> About this task
The answer must consist of each line below that contains the word "IFCPRODUCTDEFINITIONSHAPE", copied in full.

══ Available data

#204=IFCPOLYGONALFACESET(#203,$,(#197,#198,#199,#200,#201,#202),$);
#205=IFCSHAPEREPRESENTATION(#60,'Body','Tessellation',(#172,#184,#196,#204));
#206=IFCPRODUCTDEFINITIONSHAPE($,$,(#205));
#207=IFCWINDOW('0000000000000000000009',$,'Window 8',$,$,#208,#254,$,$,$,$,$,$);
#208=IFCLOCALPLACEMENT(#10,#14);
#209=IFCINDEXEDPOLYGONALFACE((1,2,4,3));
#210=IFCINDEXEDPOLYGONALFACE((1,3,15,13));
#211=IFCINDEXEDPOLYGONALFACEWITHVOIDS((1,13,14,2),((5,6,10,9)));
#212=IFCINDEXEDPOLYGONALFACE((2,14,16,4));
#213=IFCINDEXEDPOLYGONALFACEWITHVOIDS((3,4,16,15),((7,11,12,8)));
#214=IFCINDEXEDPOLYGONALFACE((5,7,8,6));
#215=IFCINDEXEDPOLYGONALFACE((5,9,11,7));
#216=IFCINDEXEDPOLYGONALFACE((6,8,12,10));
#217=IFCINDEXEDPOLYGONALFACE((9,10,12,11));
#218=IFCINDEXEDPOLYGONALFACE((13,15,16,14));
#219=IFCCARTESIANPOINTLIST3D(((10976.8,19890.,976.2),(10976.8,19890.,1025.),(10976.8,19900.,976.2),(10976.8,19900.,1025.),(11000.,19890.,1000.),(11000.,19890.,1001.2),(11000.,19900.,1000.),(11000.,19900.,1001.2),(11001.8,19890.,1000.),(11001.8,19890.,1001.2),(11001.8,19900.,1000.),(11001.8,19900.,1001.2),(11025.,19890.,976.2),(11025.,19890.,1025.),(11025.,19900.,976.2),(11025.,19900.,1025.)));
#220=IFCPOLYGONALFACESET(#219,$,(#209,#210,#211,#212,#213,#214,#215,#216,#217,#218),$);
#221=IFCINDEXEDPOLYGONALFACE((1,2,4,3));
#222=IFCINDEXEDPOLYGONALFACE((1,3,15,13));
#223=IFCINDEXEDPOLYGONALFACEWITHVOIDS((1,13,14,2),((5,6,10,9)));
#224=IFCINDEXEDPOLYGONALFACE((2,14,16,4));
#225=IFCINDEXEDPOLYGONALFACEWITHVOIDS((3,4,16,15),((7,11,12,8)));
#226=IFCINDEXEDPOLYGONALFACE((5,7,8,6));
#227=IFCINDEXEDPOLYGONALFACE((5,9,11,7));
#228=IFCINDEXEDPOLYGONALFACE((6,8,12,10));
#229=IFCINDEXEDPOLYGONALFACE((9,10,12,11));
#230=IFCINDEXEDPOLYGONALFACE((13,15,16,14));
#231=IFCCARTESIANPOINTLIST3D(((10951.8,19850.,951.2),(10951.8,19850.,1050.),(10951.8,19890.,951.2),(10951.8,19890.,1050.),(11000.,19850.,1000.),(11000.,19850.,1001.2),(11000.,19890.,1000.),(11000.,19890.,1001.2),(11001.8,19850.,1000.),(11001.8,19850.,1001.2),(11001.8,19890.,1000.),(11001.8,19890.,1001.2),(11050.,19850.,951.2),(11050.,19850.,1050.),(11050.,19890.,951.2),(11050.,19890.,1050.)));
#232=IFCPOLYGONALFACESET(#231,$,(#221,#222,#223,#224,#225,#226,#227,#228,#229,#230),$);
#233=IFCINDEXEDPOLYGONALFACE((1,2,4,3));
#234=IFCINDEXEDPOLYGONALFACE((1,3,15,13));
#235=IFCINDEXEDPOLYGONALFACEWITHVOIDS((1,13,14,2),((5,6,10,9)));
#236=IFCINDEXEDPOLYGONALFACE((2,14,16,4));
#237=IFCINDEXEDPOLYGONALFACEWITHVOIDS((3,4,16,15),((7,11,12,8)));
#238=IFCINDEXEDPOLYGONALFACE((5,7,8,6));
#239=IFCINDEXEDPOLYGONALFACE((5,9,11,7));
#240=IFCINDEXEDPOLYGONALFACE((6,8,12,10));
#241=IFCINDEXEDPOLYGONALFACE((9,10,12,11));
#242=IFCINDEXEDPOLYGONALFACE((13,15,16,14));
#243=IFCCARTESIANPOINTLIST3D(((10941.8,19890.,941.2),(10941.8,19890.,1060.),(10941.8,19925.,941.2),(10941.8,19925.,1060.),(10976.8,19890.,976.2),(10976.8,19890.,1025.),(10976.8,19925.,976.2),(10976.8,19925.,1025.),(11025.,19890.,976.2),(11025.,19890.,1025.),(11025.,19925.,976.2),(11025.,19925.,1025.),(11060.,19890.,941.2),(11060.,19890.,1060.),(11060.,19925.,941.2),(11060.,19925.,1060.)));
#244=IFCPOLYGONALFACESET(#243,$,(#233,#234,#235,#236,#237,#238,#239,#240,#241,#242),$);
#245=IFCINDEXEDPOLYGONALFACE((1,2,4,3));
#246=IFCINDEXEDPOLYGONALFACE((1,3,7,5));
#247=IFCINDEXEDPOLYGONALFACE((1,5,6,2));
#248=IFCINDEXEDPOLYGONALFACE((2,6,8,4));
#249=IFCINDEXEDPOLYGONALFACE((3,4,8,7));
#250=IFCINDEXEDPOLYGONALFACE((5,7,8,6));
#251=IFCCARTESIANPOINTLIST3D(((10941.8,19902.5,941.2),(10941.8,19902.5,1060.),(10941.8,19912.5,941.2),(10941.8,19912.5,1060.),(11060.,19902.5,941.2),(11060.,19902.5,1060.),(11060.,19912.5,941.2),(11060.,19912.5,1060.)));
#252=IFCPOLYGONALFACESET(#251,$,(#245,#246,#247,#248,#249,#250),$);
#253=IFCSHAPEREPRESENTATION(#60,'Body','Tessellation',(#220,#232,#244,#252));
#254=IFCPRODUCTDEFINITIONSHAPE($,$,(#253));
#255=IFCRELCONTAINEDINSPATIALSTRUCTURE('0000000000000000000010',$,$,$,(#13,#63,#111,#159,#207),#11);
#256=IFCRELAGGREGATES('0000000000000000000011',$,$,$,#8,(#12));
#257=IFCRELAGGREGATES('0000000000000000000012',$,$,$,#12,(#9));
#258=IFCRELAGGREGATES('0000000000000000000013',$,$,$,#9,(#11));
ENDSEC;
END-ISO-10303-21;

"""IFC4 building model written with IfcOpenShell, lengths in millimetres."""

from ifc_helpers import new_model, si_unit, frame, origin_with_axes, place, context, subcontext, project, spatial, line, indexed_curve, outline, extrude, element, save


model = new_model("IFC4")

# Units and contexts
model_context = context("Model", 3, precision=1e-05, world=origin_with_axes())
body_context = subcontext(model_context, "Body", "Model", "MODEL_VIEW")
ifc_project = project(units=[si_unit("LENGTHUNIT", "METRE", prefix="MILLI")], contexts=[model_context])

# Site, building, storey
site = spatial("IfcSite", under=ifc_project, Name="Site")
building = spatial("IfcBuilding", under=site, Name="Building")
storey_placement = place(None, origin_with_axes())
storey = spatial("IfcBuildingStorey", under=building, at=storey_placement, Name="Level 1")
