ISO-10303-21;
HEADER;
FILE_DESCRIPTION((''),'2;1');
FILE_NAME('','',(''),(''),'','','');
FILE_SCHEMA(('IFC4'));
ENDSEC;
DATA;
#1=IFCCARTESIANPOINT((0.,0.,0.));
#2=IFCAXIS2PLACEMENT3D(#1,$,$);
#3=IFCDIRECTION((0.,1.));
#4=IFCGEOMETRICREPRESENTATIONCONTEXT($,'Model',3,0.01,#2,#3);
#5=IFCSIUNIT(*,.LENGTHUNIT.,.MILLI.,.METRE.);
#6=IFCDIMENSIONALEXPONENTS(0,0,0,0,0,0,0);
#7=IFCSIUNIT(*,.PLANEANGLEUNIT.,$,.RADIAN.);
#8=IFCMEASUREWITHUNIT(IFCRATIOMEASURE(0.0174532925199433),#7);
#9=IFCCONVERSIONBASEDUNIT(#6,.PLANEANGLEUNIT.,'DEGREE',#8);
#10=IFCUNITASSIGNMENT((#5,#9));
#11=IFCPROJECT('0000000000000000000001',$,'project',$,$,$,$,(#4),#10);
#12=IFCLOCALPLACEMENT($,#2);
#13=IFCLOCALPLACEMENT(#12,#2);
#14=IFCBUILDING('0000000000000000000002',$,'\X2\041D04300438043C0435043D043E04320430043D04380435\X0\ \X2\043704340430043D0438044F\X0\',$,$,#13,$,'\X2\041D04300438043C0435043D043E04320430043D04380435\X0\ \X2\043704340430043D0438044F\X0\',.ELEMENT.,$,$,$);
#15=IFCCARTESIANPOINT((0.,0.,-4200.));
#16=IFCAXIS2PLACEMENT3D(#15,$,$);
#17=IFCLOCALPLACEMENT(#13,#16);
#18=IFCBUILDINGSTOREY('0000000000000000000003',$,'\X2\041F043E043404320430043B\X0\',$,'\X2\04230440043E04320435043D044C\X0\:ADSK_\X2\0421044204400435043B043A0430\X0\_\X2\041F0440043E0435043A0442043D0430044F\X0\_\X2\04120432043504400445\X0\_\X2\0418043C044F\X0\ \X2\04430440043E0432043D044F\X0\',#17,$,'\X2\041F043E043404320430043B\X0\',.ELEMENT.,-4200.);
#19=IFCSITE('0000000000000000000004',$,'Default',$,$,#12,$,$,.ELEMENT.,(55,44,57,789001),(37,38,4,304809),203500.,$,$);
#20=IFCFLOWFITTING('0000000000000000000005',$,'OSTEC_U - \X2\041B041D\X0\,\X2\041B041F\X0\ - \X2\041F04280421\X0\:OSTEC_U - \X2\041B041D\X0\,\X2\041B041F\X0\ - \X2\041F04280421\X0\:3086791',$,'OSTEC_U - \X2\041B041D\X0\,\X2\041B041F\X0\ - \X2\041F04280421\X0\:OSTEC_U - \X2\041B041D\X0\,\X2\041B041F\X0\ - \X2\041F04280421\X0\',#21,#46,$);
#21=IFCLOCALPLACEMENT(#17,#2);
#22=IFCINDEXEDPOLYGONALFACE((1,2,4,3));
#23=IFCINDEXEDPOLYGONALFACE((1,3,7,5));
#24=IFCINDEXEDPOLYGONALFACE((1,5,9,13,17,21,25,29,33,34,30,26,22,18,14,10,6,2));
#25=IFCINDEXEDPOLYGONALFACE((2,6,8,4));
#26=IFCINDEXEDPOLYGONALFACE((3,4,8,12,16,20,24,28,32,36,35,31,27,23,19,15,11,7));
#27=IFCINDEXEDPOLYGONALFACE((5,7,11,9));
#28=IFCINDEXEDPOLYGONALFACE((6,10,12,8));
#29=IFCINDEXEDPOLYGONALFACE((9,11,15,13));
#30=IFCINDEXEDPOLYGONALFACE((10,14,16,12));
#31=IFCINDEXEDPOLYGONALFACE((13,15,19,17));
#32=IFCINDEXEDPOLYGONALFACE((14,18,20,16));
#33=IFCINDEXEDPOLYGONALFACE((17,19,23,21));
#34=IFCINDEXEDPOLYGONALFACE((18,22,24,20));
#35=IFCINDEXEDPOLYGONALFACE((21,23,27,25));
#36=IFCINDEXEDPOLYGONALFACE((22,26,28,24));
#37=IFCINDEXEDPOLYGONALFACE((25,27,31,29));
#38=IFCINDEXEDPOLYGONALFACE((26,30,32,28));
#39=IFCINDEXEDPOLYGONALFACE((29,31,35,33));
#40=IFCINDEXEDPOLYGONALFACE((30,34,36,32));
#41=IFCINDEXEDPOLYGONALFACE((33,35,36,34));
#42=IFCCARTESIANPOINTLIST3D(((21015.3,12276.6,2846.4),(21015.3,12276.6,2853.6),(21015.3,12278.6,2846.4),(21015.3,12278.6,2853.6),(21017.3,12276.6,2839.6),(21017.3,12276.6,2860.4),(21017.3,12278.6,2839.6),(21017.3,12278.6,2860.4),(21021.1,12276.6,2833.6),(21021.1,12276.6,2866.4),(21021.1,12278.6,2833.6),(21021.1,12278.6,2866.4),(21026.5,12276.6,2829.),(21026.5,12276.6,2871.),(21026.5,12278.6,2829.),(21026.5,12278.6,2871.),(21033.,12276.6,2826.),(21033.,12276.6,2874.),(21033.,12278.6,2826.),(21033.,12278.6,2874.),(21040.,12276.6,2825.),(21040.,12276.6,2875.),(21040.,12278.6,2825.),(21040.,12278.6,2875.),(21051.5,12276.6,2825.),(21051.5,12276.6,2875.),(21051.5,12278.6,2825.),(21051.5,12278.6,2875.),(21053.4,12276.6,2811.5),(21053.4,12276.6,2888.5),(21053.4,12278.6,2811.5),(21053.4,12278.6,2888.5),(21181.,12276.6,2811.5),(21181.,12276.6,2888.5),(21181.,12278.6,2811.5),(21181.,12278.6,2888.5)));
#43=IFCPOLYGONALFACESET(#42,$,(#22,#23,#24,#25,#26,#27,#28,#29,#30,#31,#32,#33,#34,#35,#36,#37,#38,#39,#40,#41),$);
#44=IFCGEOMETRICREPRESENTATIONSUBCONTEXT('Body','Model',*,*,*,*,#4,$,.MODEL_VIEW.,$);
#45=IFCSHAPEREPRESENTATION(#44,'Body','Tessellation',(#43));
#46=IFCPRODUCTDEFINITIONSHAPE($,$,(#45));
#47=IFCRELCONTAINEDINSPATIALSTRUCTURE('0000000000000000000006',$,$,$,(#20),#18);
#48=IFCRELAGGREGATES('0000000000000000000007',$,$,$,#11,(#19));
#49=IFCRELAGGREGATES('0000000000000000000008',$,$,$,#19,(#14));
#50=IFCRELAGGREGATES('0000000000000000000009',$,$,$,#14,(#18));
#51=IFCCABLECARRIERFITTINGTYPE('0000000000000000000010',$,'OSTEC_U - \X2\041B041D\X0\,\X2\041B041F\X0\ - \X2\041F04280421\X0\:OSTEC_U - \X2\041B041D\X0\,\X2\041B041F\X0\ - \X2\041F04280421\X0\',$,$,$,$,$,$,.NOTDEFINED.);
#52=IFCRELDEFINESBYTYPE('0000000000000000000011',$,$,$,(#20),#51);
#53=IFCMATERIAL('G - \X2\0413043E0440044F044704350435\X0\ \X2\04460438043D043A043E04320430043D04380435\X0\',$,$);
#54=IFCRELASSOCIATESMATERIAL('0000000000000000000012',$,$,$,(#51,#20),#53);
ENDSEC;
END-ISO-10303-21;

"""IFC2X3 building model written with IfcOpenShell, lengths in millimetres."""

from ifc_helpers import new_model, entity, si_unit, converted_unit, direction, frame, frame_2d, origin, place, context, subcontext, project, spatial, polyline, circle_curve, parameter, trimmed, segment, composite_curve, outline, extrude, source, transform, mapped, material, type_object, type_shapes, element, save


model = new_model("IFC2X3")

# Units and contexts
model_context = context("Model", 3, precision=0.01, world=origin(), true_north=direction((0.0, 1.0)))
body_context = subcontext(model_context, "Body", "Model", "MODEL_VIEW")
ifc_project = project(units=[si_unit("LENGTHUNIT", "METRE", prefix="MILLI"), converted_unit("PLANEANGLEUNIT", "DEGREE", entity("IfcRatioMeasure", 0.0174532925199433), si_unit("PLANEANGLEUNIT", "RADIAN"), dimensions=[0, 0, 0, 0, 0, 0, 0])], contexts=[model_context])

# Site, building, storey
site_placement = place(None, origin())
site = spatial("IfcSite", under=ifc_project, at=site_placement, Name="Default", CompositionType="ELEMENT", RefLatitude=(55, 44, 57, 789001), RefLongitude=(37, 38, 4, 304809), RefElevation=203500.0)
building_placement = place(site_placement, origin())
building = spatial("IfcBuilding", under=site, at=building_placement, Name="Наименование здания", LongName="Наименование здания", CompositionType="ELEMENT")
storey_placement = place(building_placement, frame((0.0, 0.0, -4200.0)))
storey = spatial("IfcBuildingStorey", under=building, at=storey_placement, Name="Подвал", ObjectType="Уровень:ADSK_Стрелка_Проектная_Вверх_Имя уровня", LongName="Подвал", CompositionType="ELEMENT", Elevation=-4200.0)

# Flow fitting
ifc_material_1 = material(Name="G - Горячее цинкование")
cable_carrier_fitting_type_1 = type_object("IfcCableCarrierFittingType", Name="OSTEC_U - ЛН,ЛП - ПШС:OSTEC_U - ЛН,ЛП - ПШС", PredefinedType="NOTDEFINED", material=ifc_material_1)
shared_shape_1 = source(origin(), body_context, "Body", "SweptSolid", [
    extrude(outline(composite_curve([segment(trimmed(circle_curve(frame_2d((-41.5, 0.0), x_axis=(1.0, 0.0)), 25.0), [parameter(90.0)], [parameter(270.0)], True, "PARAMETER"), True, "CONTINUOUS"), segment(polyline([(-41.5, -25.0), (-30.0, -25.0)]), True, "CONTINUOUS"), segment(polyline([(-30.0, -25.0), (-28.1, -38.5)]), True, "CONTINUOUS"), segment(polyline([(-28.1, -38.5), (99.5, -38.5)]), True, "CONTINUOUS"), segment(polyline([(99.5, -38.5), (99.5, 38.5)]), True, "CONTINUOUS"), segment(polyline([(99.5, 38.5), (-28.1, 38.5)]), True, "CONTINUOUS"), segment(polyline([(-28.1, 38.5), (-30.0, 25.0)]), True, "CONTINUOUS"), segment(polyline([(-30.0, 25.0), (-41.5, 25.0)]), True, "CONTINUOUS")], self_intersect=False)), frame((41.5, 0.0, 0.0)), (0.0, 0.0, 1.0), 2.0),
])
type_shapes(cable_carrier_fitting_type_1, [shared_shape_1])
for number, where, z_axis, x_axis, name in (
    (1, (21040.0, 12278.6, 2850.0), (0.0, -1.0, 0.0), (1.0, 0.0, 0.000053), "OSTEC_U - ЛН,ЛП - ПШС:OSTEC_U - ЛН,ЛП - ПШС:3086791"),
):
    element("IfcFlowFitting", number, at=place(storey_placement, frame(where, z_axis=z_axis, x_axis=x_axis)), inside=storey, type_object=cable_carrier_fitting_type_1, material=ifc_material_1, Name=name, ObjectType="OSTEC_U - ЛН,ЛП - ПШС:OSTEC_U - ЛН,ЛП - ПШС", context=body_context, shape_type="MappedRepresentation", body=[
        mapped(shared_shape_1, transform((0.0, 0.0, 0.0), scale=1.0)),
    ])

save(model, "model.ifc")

════
══ Available data

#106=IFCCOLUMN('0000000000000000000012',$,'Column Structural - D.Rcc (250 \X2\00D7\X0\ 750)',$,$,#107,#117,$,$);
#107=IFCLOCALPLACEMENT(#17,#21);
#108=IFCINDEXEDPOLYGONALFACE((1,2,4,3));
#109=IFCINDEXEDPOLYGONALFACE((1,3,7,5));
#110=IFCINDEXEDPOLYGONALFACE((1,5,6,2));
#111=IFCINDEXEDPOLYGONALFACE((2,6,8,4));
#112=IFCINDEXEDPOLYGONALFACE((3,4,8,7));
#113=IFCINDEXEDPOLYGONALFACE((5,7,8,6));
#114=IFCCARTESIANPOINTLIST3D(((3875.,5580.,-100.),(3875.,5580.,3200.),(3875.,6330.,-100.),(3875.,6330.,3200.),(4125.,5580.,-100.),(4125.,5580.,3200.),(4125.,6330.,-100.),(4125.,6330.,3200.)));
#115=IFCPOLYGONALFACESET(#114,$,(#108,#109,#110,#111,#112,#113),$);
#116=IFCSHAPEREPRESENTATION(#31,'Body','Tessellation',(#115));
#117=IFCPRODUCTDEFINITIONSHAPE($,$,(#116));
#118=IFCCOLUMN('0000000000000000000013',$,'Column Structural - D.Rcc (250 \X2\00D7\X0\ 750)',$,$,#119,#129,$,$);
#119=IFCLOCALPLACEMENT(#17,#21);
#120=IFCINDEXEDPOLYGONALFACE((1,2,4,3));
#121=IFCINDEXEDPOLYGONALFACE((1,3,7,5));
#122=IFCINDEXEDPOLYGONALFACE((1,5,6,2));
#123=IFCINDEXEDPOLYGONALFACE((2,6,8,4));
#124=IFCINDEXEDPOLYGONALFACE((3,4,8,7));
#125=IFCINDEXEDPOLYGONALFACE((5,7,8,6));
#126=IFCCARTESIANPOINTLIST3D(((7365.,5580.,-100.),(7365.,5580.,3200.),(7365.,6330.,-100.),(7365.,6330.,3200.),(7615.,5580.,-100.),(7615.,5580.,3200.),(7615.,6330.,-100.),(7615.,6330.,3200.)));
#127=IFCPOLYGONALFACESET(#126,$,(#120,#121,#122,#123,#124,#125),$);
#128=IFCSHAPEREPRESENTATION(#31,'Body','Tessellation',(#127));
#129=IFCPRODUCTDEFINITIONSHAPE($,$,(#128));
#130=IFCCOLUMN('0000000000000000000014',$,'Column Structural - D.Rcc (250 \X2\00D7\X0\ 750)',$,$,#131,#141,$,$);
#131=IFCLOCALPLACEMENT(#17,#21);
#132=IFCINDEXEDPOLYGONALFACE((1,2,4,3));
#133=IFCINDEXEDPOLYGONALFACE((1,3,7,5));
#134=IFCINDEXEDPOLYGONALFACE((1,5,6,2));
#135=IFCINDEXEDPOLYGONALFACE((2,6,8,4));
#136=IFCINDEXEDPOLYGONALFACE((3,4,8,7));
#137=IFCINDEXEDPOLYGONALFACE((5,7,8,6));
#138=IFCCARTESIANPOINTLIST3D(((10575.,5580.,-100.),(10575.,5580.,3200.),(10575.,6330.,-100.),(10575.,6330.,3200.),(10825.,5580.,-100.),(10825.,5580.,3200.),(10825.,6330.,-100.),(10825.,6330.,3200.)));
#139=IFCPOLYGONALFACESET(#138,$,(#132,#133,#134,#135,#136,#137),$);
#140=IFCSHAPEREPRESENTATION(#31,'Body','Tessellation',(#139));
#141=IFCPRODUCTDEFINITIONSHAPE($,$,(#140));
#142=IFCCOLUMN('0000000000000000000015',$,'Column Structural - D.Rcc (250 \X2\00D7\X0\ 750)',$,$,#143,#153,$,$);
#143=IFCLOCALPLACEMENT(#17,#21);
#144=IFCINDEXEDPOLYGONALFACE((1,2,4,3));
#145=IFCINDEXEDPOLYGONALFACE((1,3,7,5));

════

> Finished exercise
#206=IFCPRODUCTDEFINITIONSHAPE($,$,(#205));
#254=IFCPRODUCTDEFINITIONSHAPE($,$,(#253));
#46=IFCPRODUCTDEFINITIONSHAPE($,$,(#45));
#117=IFCPRODUCTDEFINITIONSHAPE($,$,(#116));
#129=IFCPRODUCTDEFINITIONSHAPE($,$,(#128));
#141=IFCPRODUCTDEFINITIONSHAPE($,$,(#140));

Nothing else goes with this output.